=== Begin Enclosure ===

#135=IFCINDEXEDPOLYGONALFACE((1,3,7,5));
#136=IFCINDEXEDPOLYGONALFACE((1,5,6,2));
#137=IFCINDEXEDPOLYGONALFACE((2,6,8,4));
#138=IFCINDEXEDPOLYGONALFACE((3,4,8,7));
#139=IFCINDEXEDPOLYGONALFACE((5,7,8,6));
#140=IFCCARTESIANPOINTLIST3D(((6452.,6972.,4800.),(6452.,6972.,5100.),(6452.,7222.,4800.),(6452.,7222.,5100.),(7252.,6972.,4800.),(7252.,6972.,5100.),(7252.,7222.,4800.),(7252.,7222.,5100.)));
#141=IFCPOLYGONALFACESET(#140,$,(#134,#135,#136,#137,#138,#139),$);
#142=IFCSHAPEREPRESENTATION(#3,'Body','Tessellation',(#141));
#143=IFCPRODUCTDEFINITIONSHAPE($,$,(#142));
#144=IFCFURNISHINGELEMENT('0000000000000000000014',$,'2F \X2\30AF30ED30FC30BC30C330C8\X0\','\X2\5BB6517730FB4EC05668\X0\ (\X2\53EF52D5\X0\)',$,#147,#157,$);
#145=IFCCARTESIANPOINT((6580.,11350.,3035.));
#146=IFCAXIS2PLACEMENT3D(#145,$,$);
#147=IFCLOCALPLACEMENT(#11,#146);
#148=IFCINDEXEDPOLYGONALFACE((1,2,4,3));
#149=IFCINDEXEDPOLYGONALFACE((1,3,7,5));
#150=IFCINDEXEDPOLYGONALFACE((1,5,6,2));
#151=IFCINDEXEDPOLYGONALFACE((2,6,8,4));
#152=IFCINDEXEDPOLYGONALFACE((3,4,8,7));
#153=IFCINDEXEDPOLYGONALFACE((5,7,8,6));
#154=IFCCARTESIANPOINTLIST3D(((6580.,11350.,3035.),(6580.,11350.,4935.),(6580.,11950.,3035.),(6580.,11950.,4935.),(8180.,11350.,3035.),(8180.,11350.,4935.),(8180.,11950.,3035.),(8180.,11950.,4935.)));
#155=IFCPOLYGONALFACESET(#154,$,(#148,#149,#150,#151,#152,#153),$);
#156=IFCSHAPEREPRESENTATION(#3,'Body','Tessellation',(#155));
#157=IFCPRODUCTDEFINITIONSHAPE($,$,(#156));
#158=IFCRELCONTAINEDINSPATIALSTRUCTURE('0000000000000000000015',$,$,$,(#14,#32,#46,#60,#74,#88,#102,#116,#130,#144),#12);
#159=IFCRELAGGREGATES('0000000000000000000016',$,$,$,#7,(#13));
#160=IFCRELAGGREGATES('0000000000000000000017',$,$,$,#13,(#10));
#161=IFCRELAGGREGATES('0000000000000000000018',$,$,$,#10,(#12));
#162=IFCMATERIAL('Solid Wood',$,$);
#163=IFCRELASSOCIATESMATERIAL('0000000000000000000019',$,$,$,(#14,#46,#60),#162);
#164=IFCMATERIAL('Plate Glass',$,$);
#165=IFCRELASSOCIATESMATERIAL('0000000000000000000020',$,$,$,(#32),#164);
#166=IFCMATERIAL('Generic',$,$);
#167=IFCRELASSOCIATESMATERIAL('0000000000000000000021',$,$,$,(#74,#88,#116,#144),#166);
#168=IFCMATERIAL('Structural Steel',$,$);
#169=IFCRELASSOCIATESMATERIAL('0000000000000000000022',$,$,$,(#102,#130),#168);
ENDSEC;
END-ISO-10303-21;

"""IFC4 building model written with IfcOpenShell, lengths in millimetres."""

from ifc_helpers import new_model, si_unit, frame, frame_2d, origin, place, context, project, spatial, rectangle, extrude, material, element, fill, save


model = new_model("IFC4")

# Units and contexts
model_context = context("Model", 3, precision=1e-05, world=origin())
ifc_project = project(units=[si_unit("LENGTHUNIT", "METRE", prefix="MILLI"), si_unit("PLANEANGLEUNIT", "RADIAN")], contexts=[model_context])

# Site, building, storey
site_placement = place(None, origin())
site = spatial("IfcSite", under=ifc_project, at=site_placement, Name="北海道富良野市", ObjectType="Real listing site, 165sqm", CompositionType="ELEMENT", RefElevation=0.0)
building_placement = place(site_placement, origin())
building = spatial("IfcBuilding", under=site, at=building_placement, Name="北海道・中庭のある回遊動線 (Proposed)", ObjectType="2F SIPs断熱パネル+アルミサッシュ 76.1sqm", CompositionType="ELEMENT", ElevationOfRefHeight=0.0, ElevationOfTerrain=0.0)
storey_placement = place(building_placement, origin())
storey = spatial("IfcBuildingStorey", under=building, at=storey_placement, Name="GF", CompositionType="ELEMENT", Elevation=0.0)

=== End Enclosure ===
=== Begin Enclosure ===

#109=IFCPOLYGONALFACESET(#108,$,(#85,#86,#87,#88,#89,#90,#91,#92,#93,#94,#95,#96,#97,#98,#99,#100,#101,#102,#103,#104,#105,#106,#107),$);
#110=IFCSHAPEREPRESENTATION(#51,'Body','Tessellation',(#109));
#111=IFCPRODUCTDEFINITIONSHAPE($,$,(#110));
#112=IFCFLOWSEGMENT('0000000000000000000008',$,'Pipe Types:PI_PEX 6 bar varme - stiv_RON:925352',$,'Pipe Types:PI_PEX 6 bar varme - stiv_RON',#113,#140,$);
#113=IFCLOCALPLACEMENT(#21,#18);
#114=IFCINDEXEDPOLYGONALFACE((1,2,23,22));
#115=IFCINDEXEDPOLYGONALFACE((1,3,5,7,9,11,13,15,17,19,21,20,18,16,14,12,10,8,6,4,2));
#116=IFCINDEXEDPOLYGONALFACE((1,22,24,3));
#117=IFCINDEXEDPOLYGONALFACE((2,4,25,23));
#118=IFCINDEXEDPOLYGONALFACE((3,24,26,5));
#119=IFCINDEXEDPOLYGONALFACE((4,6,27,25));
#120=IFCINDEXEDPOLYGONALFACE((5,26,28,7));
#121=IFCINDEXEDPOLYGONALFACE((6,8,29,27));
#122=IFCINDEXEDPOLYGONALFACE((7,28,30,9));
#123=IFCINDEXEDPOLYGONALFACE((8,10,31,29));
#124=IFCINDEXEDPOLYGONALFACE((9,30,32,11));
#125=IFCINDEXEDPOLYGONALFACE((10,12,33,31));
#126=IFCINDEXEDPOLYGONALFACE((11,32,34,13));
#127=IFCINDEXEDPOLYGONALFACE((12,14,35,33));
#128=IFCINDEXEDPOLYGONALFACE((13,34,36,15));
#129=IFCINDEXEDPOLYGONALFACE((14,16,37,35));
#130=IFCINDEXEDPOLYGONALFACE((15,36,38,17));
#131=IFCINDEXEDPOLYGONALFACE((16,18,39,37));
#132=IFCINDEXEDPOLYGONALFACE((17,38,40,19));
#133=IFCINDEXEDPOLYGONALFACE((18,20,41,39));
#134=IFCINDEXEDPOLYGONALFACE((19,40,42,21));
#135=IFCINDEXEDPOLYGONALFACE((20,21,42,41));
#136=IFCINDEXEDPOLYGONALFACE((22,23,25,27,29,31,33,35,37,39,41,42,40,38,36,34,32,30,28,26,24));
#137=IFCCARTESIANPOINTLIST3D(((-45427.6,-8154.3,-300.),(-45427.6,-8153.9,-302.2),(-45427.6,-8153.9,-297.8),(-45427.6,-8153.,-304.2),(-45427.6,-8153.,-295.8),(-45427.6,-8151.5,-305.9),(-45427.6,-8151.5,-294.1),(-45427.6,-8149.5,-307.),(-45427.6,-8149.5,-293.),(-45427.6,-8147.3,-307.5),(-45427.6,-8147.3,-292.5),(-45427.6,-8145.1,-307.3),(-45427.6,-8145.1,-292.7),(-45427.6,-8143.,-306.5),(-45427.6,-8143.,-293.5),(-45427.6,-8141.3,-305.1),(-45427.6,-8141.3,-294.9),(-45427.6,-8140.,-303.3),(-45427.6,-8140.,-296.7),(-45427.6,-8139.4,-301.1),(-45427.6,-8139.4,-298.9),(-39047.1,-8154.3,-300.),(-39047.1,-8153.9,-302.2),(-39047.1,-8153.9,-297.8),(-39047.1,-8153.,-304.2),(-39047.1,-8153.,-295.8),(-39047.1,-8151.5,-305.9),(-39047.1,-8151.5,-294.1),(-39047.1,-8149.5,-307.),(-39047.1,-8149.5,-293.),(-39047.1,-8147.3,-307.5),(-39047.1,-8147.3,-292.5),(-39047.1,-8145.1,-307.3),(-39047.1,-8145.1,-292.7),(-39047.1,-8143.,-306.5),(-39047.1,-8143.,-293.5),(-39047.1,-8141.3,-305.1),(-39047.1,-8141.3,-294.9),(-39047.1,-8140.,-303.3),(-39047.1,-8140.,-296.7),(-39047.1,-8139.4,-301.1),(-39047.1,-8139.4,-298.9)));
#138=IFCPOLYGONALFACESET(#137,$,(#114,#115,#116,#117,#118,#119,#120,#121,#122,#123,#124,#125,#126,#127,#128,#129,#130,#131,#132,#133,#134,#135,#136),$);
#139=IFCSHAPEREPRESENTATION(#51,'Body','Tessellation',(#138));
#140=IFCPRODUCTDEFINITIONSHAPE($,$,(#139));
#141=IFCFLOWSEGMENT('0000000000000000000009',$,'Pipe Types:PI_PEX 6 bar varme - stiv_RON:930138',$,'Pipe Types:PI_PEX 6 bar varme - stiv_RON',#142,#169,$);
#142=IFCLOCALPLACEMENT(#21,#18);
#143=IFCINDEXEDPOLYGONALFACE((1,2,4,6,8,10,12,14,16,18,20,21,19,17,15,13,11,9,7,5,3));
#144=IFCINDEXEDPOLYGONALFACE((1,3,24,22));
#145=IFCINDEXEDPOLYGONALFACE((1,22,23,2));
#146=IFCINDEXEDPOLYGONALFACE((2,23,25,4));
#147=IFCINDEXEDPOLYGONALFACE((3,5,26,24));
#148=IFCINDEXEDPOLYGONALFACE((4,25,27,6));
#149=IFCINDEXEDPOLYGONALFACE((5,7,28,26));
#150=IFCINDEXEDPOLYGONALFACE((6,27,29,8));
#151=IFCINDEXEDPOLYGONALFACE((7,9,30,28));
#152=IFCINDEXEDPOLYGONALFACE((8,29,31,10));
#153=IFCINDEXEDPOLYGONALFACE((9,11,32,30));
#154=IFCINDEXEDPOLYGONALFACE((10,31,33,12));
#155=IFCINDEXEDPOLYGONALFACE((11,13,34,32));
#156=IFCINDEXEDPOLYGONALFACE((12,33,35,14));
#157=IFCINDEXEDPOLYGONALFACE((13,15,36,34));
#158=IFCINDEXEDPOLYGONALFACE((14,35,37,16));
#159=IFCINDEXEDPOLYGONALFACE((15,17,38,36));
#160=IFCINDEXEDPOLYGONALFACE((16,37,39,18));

=== End Enclosure ===

# [WORK ORDER]
As listed above, the lines from the line with "# Units and contexts" to the line with "# Site, building, storey" are to be echoed exactly, with both ends included and nothing added.

# [SOLUTION]
# Units and contexts
model_context = context("Model", 3, precision=1e-05, world=origin())
ifc_project = project(units=[si_unit("LENGTHUNIT", "METRE", prefix="MILLI"), si_unit("PLANEANGLEUNIT", "RADIAN")], contexts=[model_context])

# Site, building, storey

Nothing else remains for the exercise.